EXERCISE DESCRIPTION:
The answer must be every line of the data that holds the word "Body".

──────────

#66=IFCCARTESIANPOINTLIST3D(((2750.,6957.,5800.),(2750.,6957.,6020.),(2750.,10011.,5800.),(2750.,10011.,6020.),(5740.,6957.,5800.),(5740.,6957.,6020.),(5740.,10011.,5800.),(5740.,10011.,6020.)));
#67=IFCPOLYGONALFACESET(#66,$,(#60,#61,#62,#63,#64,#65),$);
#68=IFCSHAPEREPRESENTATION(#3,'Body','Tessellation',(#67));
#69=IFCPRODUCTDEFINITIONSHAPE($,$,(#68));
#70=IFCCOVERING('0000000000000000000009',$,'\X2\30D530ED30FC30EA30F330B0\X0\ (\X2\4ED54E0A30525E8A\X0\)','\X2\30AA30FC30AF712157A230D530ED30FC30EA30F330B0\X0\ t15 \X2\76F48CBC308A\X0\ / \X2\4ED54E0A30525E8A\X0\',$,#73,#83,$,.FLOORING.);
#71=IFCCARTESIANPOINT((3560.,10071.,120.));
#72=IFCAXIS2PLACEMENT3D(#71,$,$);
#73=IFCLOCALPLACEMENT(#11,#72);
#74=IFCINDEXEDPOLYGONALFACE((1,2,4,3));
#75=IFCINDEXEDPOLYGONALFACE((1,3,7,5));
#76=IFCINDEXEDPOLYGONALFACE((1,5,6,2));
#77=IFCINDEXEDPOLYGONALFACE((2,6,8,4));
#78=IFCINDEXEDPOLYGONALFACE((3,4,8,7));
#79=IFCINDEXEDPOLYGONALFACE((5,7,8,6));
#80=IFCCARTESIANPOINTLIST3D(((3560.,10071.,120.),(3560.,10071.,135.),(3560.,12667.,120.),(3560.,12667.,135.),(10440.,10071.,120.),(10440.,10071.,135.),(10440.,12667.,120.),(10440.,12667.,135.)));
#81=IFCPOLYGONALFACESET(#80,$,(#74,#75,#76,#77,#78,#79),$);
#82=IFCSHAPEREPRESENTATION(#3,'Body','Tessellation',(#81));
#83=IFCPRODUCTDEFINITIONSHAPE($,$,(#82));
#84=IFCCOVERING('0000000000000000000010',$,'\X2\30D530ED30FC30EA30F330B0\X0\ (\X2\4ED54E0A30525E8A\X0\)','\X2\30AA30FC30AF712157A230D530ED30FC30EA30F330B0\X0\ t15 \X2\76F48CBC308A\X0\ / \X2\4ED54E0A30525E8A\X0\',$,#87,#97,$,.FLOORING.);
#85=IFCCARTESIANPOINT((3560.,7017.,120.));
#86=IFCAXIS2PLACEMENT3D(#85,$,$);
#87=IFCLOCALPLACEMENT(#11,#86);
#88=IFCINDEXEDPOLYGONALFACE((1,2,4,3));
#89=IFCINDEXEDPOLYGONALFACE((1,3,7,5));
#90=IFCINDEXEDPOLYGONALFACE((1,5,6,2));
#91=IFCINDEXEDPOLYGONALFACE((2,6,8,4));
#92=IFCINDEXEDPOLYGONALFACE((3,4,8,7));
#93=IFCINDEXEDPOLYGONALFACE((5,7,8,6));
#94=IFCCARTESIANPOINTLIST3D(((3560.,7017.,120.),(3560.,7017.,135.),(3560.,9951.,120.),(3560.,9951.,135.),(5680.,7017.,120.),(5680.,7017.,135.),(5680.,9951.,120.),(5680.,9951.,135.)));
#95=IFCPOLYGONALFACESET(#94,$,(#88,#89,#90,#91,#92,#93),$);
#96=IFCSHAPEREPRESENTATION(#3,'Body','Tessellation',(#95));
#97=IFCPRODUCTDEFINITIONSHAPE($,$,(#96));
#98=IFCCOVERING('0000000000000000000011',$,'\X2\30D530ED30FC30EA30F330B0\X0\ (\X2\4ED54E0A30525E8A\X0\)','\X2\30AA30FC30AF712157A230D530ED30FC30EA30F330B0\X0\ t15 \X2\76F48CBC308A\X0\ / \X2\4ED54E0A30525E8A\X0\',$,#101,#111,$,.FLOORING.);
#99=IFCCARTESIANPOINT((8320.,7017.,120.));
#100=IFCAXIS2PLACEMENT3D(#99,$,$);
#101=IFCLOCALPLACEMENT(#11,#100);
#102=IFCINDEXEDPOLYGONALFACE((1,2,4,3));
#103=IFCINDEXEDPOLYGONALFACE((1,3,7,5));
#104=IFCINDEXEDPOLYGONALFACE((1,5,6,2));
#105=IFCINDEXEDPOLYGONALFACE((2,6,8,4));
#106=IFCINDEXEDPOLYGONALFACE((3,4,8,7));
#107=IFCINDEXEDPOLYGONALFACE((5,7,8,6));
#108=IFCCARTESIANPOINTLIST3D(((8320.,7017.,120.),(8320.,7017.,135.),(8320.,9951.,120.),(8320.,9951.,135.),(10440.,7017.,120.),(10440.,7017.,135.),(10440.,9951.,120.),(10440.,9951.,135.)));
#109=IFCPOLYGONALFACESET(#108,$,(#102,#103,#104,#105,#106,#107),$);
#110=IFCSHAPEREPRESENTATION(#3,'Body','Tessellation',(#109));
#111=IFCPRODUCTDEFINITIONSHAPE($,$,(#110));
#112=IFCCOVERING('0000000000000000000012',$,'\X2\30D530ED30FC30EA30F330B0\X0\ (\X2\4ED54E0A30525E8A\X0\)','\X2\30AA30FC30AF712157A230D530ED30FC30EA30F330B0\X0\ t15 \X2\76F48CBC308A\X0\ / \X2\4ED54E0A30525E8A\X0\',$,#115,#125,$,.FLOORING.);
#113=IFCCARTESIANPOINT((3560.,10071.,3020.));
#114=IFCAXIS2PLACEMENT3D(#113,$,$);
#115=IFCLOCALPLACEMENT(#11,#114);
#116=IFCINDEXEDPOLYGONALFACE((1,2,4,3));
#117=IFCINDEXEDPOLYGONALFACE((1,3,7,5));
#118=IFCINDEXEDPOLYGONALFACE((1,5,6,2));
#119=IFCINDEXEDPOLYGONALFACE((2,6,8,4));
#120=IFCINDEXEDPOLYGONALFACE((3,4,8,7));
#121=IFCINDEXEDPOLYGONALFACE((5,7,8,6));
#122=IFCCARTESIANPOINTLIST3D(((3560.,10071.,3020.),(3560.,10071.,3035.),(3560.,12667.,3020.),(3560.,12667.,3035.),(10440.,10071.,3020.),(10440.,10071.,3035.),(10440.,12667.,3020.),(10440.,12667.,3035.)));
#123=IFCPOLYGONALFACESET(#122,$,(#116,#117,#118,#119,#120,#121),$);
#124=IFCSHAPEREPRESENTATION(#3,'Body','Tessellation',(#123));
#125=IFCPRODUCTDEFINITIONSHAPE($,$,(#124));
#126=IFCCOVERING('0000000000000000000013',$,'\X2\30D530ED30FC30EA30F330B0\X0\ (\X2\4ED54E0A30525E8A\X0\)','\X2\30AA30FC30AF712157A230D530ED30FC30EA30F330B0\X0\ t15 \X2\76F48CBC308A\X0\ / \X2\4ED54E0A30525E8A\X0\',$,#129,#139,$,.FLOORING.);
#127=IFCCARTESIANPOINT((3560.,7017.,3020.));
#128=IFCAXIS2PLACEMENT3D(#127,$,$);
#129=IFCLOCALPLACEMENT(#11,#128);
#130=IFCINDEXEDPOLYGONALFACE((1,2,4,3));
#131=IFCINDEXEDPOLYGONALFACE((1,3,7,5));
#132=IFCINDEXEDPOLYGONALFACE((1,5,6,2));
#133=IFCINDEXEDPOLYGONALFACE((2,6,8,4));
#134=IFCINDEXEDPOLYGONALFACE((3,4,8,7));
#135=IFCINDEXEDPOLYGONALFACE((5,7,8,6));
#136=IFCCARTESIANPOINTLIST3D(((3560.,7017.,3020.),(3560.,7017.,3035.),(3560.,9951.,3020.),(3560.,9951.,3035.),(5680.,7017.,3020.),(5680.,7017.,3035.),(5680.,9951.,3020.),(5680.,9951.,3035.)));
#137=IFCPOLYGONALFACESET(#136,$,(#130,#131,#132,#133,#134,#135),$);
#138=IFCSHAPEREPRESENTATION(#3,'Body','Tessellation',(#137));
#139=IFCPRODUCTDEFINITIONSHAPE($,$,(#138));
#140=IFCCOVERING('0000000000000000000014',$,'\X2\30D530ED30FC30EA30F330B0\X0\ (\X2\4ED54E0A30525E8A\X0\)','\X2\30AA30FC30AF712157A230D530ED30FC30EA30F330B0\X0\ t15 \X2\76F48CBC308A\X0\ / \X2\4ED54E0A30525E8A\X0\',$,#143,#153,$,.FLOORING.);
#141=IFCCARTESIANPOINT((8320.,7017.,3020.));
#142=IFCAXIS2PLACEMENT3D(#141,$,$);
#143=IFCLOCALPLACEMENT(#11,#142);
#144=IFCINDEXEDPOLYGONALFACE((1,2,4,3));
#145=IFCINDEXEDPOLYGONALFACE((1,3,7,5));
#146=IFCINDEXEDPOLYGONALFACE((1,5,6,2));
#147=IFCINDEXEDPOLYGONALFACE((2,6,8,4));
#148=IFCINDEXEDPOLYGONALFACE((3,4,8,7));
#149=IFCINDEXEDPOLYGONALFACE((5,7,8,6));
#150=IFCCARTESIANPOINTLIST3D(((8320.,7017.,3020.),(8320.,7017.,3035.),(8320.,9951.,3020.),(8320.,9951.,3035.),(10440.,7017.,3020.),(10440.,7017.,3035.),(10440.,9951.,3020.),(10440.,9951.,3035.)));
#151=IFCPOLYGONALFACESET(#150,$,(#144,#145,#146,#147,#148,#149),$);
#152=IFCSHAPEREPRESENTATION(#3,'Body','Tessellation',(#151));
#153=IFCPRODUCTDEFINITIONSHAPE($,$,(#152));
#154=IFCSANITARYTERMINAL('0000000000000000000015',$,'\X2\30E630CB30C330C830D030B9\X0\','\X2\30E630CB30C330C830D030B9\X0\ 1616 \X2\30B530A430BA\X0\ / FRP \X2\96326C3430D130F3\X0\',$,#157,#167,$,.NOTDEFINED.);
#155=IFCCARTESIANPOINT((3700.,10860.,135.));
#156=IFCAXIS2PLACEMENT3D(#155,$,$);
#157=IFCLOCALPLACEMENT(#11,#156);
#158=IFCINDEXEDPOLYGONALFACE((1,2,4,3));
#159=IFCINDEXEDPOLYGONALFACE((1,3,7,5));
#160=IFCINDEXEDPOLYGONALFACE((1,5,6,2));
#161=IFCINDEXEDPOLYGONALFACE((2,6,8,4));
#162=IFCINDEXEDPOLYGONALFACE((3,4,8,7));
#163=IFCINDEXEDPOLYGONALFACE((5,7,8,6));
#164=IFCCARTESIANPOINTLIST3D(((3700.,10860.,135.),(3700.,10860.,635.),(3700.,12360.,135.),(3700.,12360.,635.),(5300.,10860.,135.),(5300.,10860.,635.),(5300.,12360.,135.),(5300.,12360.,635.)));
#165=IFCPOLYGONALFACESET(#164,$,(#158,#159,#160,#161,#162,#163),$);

──────────

ANSWER TO THE EXERCISE:
#68=IFCSHAPEREPRESENTATION(#3,'Body','Tessellation',(#67));
#82=IFCSHAPEREPRESENTATION(#3,'Body','Tessellation',(#81));
#96=IFCSHAPEREPRESENTATION(#3,'Body','Tessellation',(#95));
#110=IFCSHAPEREPRESENTATION(#3,'Body','Tessellation',(#109));
#124=IFCSHAPEREPRESENTATION(#3,'Body','Tessellation',(#123));
#138=IFCSHAPEREPRESENTATION(#3,'Body','Tessellation',(#137));
#152=IFCSHAPEREPRESENTATION(#3,'Body','Tessellation',(#151));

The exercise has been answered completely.